Collect every line below that contains the word "IFCSHAPEREPRESENTATION".

##########

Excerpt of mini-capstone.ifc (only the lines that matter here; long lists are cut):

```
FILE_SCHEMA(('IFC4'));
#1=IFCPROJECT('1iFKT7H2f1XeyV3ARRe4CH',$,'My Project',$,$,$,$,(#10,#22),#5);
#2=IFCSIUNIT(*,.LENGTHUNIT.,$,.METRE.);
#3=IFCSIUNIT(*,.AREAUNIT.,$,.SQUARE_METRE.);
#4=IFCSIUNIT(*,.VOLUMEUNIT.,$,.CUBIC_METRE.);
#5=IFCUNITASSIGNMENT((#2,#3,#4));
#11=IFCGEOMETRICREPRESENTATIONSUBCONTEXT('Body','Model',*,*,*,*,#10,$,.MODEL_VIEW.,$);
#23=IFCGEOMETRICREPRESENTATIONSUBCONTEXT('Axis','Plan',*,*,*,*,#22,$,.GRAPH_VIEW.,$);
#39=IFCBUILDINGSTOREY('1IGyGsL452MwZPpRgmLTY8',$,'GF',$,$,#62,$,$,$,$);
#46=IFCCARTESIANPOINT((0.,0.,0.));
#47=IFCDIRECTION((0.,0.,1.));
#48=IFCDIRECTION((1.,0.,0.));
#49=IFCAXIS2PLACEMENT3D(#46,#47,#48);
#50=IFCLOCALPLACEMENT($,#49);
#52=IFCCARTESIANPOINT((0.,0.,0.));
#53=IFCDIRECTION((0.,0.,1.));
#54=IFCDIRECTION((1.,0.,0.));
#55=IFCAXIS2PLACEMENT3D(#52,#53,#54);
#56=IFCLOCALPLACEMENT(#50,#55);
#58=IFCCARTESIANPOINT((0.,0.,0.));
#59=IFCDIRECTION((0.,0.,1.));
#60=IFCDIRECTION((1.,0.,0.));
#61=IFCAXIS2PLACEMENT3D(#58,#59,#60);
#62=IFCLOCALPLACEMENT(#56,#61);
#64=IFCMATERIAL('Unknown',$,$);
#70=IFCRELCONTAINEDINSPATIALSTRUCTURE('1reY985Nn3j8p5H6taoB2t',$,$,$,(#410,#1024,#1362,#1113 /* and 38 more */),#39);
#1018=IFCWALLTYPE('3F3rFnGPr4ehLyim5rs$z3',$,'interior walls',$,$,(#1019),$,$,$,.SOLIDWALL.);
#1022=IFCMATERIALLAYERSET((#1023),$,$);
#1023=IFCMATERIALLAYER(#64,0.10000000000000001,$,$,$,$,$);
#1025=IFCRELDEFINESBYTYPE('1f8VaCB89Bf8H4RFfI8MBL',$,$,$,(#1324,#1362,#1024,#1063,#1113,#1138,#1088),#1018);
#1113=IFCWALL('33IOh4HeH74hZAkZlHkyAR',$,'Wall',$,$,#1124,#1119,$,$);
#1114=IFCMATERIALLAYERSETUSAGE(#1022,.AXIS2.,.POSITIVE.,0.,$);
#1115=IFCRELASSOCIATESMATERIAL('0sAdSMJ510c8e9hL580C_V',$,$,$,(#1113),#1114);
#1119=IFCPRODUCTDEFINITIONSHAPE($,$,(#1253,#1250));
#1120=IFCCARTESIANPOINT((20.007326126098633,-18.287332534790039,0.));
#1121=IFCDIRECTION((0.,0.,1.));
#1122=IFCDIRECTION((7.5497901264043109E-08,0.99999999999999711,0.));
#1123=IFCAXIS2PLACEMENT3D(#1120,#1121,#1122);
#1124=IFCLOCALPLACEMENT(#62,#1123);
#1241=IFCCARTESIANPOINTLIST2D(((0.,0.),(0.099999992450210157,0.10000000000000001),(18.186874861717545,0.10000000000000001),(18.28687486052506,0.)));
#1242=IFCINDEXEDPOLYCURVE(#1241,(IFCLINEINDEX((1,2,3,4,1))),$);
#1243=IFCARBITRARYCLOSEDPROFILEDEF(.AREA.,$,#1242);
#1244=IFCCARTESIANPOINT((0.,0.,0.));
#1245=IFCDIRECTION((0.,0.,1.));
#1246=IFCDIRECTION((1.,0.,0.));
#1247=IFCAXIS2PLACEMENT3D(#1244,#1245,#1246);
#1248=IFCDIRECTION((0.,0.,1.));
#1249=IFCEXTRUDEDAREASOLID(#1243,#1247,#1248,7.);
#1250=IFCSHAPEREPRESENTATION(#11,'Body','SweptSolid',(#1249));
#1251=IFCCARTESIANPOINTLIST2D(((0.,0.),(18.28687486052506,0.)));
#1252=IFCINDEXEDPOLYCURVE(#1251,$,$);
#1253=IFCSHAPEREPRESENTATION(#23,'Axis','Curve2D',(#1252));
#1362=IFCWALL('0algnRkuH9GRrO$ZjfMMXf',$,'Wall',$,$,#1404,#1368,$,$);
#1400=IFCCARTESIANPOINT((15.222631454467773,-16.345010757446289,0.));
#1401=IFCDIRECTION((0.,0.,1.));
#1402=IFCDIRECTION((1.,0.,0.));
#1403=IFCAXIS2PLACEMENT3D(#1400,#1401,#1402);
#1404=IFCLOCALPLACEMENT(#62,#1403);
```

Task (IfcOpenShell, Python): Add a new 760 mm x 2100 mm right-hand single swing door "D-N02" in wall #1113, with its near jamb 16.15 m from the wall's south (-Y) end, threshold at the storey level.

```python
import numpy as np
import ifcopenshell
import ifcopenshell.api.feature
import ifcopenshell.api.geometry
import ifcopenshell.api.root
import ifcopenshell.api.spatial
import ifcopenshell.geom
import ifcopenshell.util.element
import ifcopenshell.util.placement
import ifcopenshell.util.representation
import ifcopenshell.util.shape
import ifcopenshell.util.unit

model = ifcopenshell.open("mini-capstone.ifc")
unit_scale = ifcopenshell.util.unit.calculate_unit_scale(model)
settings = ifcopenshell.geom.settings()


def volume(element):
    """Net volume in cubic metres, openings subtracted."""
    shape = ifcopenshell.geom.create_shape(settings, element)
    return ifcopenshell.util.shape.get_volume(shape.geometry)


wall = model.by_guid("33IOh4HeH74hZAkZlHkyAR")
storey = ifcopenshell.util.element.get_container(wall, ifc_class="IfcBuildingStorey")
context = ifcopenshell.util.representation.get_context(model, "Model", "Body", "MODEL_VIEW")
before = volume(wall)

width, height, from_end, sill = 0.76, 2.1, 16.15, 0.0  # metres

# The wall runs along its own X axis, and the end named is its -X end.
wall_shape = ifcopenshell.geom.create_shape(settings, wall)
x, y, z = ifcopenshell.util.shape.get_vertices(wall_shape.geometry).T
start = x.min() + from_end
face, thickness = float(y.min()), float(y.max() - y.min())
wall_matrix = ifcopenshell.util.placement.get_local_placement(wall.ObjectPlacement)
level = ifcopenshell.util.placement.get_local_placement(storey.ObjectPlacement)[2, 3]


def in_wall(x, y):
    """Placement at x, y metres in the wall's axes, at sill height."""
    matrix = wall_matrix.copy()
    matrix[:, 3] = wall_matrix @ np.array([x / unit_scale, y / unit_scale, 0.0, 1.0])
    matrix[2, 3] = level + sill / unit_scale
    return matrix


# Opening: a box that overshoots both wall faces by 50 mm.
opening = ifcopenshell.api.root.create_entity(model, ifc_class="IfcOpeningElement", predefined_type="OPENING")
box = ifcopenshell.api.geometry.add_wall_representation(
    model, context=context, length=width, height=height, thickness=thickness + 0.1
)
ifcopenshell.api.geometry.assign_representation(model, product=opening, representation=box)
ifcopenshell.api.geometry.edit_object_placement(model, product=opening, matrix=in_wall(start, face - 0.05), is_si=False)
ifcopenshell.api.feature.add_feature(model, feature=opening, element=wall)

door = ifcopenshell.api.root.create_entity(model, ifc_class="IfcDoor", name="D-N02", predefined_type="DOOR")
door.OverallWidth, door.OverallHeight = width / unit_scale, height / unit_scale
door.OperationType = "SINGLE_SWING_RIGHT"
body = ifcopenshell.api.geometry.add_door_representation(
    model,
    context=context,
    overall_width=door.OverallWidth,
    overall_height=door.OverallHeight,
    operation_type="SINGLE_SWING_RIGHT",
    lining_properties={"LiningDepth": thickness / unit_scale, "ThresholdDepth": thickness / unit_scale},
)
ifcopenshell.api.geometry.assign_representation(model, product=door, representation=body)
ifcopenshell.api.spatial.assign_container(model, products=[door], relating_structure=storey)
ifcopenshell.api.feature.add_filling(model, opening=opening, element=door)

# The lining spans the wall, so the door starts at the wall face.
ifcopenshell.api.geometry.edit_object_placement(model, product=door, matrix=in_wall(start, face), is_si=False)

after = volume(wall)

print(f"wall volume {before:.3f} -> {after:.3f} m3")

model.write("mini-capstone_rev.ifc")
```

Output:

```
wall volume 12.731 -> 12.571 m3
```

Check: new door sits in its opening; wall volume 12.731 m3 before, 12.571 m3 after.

##########

▶ [EXPECTED OUTPUT]
#1250=IFCSHAPEREPRESENTATION(#11,'Body','SweptSolid',(#1249));
#1253=IFCSHAPEREPRESENTATION(#23,'Axis','Curve2D',(#1252));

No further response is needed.